PP PERSIS: Menegakkan Syariat Islam dalam Bernegara Harus Konstitusional

oleh Reporter

25 Mei 2023 | 03:57

Bandung, persis.or.id - Umat Islam meyakini bahwa ajaran Islam bukan hanya aspek akidah, ibadah, dan hukum yang bersifat individu, melainkan ada pula aspek sosial kemasyarakatan yang dilaksanakan melalui penyelenggara negara.

Ketua Umum PERSIS, Dr. Jeje Zaenudin, M.Ag. menjelaskan bahwa penegakan syariat Islam dalam bernegara harus melalui konstitusi.

“Kaum muslimin di Indonesia berbeda-beda dalam memahami pelaksanaan dan penegakan syariat dalam bernegara, maka PERSIS secara resmi dan sepakat bahwa melaksanakan dan menegakan syariat Islam dalam bernegara harus mengikuti mekanisme dan sistem yang ada, harus konstitusional,” paparnya, Rabu (24/5/2023) di Pesantren PERSIS 50 Lembang, Kabupaten Bandung Barat.
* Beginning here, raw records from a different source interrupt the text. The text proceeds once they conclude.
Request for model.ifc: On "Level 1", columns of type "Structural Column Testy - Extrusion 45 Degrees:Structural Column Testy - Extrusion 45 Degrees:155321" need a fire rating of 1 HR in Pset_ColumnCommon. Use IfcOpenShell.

First a look at what the model holds.

```python
import ifcopenshell
import ifcopenshell.util.element

model = ifcopenshell.open("model.ifc")
print(model.schema)
storey = next(s for s in model.by_type("IfcBuildingStorey") if s.Name == "Level 1")
columns = [e for e in ifcopenshell.util.element.get_decomposition(storey) if e.is_a("IfcColumn")]
seen = {}
for e in columns:
    element_type = ifcopenshell.util.element.get_type(e)
    key = (element_type.Name if element_type != e and element_type else None, ifcopenshell.util.element.get_pset(e, "Pset_ColumnCommon", "FireRating"))
    seen[key] = seen.get(key, 0) + 1
for (name, value), count in sorted(seen.items(), key=str):
    print(count, "x", name, "|", value)
```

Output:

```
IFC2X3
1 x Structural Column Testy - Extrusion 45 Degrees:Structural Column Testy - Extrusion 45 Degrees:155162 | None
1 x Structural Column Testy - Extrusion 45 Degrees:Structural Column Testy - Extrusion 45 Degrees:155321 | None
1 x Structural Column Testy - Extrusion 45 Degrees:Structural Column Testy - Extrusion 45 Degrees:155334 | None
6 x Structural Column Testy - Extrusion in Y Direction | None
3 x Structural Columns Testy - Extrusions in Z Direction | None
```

```python
import ifcopenshell
import ifcopenshell.api.pset
import ifcopenshell.util.element

model = ifcopenshell.open("model.ifc")

storey = next(s for s in model.by_type("IfcBuildingStorey") if s.Name == "Level 1")
columns = [e for e in ifcopenshell.util.element.get_decomposition(storey) if e.is_a("IfcColumn")]

count = 0
for e in columns:
    element_type = ifcopenshell.util.element.get_type(e)
    if element_type in (None, e) or element_type.Name != "Structural Column Testy - Extrusion 45 Degrees:Structural Column Testy - Extrusion 45 Degrees:155321":
        continue
    # add_pset returns the element's existing set when there is one.
    pset = ifcopenshell.api.pset.add_pset(model, product=e, name="Pset_ColumnCommon")
    ifcopenshell.api.pset.edit_pset(model, pset=pset, properties={"FireRating": "1 HR"})
    count += 1

print(count, "columns updated")

model.write("model_v2.ifc")
```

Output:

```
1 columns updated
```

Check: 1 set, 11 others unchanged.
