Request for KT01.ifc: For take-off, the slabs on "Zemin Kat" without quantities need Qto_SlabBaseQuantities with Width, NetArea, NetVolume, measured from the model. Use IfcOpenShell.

First a look at what the model holds.

```python
import ifcopenshell
import ifcopenshell.util.element
import ifcopenshell.util.unit

model = ifcopenshell.open("KT01.ifc")
print(model.schema)
for unit_type in ("LENGTHUNIT", "AREAUNIT", "VOLUMEUNIT"):
    print(unit_type, ifcopenshell.util.unit.calculate_unit_scale(model, unit_type))
storey = next(s for s in model.by_type("IfcBuildingStorey") if s.Name == "Zemin Kat")
slabs = [e for e in ifcopenshell.util.element.get_decomposition(storey) if e.is_a("IfcSlab")]
for e in sorted(slabs, key=lambda e: e.id()):
    print(e.id(), e.is_a(), e.Name, list(ifcopenshell.util.element.get_psets(e, qtos_only=True)), sep=" | ")
```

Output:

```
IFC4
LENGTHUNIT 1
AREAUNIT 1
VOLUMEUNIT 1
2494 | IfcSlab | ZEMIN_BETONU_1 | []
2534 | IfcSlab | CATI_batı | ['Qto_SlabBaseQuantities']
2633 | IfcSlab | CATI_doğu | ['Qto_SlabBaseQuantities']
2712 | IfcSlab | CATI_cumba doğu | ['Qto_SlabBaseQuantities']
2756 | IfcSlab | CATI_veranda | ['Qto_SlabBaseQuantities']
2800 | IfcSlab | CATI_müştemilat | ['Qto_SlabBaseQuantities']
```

```python
import ifcopenshell
import ifcopenshell.api.pset
import ifcopenshell.geom
import ifcopenshell.util.element
import ifcopenshell.util.shape
import ifcopenshell.util.unit

model = ifcopenshell.open("KT01.ifc")
unit_scale = ifcopenshell.util.unit.calculate_unit_scale(model)
area_scale = ifcopenshell.util.unit.calculate_unit_scale(model, "AREAUNIT")
volume_scale = ifcopenshell.util.unit.calculate_unit_scale(model, "VOLUMEUNIT")
settings = ifcopenshell.geom.settings()

storey = next(s for s in model.by_type("IfcBuildingStorey") if s.Name == "Zemin Kat")
slabs = [e for e in ifcopenshell.util.element.get_decomposition(storey) if e.is_a("IfcSlab")]

for e in sorted(slabs, key=lambda e: e.id()):
    if ifcopenshell.util.element.get_psets(e, qtos_only=True, should_inherit=False):
        continue
    # Geometry comes back in metres, in the element's own axes.
    shape = ifcopenshell.geom.create_shape(settings, e)
    values = {
        "Width": ifcopenshell.util.shape.get_z(shape.geometry) / unit_scale,
        "NetArea": ifcopenshell.util.shape.get_footprint_area(shape.geometry) / area_scale,
        "NetVolume": ifcopenshell.util.shape.get_volume(shape.geometry) / volume_scale,
    }
    qto = ifcopenshell.api.pset.add_qto(model, product=e, name="Qto_SlabBaseQuantities")
    ifcopenshell.api.pset.edit_qto(model, qto=qto, properties=values)
    print(e.id(), {k: round(v, 3) for k, v in values.items()})

model.write("KT01_v2.ifc")
```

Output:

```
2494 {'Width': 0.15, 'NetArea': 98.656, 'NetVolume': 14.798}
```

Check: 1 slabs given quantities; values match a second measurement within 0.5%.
Beliau menjelaskan bahwa konstitusi yang berlaku di Indonesia memberikan hak penuh bagi pemeluk agama untuk meyakini dan menjalankan ibadahnya. 
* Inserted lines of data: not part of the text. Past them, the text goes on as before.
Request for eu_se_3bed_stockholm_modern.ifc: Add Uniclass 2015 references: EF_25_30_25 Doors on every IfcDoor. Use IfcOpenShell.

First a look at what the model holds.

```python
import ifcopenshell

model = ifcopenshell.open("eu_se_3bed_stockholm_modern.ifc")
print(model.schema)
print("classifications:", [c.Name for c in model.by_type("IfcClassification")])
for ifc_class in ("IfcDoor", "IfcRoof", "IfcStair", "IfcWall", "IfcWindow"):
    print(ifc_class, len(model.by_type(ifc_class)))
```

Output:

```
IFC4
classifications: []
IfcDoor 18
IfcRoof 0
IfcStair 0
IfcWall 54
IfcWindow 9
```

```python
import ifcopenshell
import ifcopenshell.api.classification

model = ifcopenshell.open("eu_se_3bed_stockholm_modern.ifc")

system = ifcopenshell.api.classification.add_classification(model, classification="Uniclass 2015")

codes = {
    "IfcDoor": ("EF_25_30_25", "Doors"),
}
for ifc_class, (code, name) in codes.items():
    products = model.by_type(ifc_class)
    ifcopenshell.api.classification.add_reference(
        model, products=products, classification=system, identification=code, name=name
    )
    print(code, len(products))

model.write("eu_se_3bed_stockholm_modern_updated.ifc")
```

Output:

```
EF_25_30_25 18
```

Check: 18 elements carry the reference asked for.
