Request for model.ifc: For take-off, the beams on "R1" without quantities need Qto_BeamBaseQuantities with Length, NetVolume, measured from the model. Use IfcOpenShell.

First a look at what the model holds.

```python
import ifcopenshell
import ifcopenshell.util.element
import ifcopenshell.util.unit

model = ifcopenshell.open("model.ifc")
print(model.schema)
for unit_type in ("LENGTHUNIT", "AREAUNIT", "VOLUMEUNIT"):
    print(unit_type, ifcopenshell.util.unit.calculate_unit_scale(model, unit_type))
storey = next(s for s in model.by_type("IfcBuildingStorey") if s.Name == "R1")
beams = [e for e in ifcopenshell.util.element.get_decomposition(storey) if e.is_a("IfcBeam")]
for e in sorted(beams, key=lambda e: e.id()):
    print(e.id(), e.is_a(), e.Name, list(ifcopenshell.util.element.get_psets(e, qtos_only=True)), sep=" | ")
```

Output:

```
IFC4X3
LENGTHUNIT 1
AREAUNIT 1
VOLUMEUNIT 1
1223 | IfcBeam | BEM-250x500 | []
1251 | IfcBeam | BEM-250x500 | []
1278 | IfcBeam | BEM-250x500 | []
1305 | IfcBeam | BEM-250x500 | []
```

```python
import ifcopenshell
import ifcopenshell.api.pset
import ifcopenshell.geom
import ifcopenshell.util.element
import ifcopenshell.util.shape
import ifcopenshell.util.unit

model = ifcopenshell.open("model.ifc")
unit_scale = ifcopenshell.util.unit.calculate_unit_scale(model)
volume_scale = ifcopenshell.util.unit.calculate_unit_scale(model, "VOLUMEUNIT")
settings = ifcopenshell.geom.settings()

storey = next(s for s in model.by_type("IfcBuildingStorey") if s.Name == "R1")
beams = [e for e in ifcopenshell.util.element.get_decomposition(storey) if e.is_a("IfcBeam")]

for e in sorted(beams, key=lambda e: e.id()):
    if ifcopenshell.util.element.get_psets(e, qtos_only=True, should_inherit=False):
        continue
    # Geometry comes back in metres, in the element's own axes.
    shape = ifcopenshell.geom.create_shape(settings, e)
    values = {
        "Length": ifcopenshell.util.shape.get_max_xyz(shape.geometry) / unit_scale,
        "NetVolume": ifcopenshell.util.shape.get_volume(shape.geometry) / volume_scale,
    }
    qto = ifcopenshell.api.pset.add_qto(model, product=e, name="Qto_BeamBaseQuantities")
    ifcopenshell.api.pset.edit_qto(model, qto=qto, properties=values)
    print(e.id(), {k: round(v, 3) for k, v in values.items()})

model.write("model_edited.ifc")
```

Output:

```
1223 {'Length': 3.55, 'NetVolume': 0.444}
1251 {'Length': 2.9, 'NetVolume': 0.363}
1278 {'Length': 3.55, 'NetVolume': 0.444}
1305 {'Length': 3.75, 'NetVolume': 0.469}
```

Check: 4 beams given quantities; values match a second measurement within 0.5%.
“Tidak sedikit pun hak dalam beragama, dalam beribadah yang dihalang-halangi, semuanya dipersilakan,” katanya.

Ustaz Jeje menambahkan bahwa syariat Islam itu ada yang terkait dengan hak-hak individu, ada pula yang terkait kewenangan negara yang berlaku untuk seluruh masyarakat. Penegakan syariat Islam dalam arti normatif (living law) yang menjadi ranah individu dalam menjalankan syariat secara kafah (menyeluruh), dan penerapan syariat Islam dalam hukum positif yang menjadi ranah negara.
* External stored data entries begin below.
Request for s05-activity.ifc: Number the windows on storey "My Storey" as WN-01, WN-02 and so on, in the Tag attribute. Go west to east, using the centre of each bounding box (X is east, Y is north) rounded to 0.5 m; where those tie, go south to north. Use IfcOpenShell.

First a look at what the model holds.

```python
import ifcopenshell
import ifcopenshell.util.element
import ifcopenshell.util.placement

model = ifcopenshell.open("s05-activity.ifc")
print(model.schema)
storey = next(s for s in model.by_type("IfcBuildingStorey") if s.Name == "My Storey")
windows = [e for e in ifcopenshell.util.element.get_decomposition(storey) if e.is_a("IfcWindow")]
for e in sorted(windows, key=lambda e: e.id()):
    origin = ifcopenshell.util.placement.get_local_placement(e.ObjectPlacement)[:3, 3]
    print(e.id(), e.Tag, e.Name, origin.round(2) + 0.0, sep=" | ")
```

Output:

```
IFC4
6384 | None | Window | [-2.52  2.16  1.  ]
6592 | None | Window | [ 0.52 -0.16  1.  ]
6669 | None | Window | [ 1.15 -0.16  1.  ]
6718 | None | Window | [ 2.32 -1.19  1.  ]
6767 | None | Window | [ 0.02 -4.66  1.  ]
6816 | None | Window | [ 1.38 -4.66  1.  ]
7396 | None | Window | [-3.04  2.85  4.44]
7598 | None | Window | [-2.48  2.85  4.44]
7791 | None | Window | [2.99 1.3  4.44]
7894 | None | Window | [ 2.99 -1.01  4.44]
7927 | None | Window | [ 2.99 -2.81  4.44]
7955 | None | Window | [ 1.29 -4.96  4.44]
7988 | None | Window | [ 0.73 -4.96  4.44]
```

```python
import ifcopenshell
import ifcopenshell.geom
import ifcopenshell.util.element
import ifcopenshell.util.shape

model = ifcopenshell.open("s05-activity.ifc")
settings = ifcopenshell.geom.settings()
settings.set("use-world-coords", True)


def centre(element):
    shape = ifcopenshell.geom.create_shape(settings, element)
    return ifcopenshell.util.shape.get_bbox_centroid(shape.geometry)


storey = next(s for s in model.by_type("IfcBuildingStorey") if s.Name == "My Storey")
windows = [e for e in ifcopenshell.util.element.get_decomposition(storey) if e.is_a("IfcWindow")]

# Insertion points can sit at a corner or the storey origin, so sort by the geometry (in metres).
centres = {e: centre(e) for e in windows}
windows.sort(key=lambda e: (round(centres[e][0] / 0.5), centres[e][1]))

for i, e in enumerate(windows, start=1):
    number = f"WN-{i:02d}"
    e.Tag = number
    print(e.id(), number)

model.write("s05-activity_updated.ifc")
```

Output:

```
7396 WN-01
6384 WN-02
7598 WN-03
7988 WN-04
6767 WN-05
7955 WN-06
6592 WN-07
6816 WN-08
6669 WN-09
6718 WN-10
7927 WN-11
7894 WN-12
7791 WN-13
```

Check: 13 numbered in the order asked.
“Maka ketika menyangkut keinginan berhukum dalam aspek hukum jinayah umpamanya, tidak bisa kita menegakan sendiri karena itu bukan kewenangan individu, ormas, lembaga masyarakat, tetapi kewenangan negara. Kalau bicara negara, berarti bicara sistemnya, dan sistem negara kita republik, dikembalikan ke rakyat,” lanjutnya.

Artinya, penerapan dan pelaksanaan sebuah produk hukum, lanjut ustaz Jeje, mesti dihasilkan berdasar kesepakatan bersama, termasuk penerapan hukum agama.

“Maka hukum agama apa pun bisa jadi hukum negara kalau ada konsensus (kesepakatan bersama) dari warga negara yang diproses melalui tahapan-tahapan legislasi atau taqnin,” tuturnya.

Ustaz Jeje juga menegaskan tentang perbedaan antara kewajiban menerapkan hukum maupun pelaksanaan sebuah hukuman.

“Orang mencuri itu hukumnya haram. Itulah hukum. Namun, bagaimana seorang pencuri dihukumi potong tangan, itu bukan hukum, tapi hukuman. Kalau hukuman itu bukan kewenangan kita sebagai individu, tetapi kewenangan negara,” jelas ustaz lugas.

Beliau mengingatkan bahwa kewajiban individu dalam menerapkan syariat Islam adalah dengan dakwah, pendidikan dan ekonomi. Sedangkan penegakan syariat Islam dalam bernegara, individu dapat mengupayakannya lewat jalur konstitusi.

“Kewajiban kita lewat dakwah, pendidikan, ekonomi. Kewenangan kita adalah mengajarkan masyarakat supaya tidak mencuri, berjudi, membunuh. Dengan begitu, berarti kita telah menegakan syariah,” jelasnya.

Sebagai pamungkas, beliau berharap adanya pendidikan khusus tentang politik Islam. Sehingga semua dapat memahami dengan benar bagaimana penegakan syariat Islam.

“Semoga nanti ada semacam daurah fikih siyasah, agar paham bagaimana penerapan syariah yang benar dan konstitusional; agar tidak menjadi agenda musuh Islam mengadu domba dalam negeri sendiri, hingga terpecah belah disebabkan kesalahan persepsi kita tentang penerapan syariah,” pungkasnya.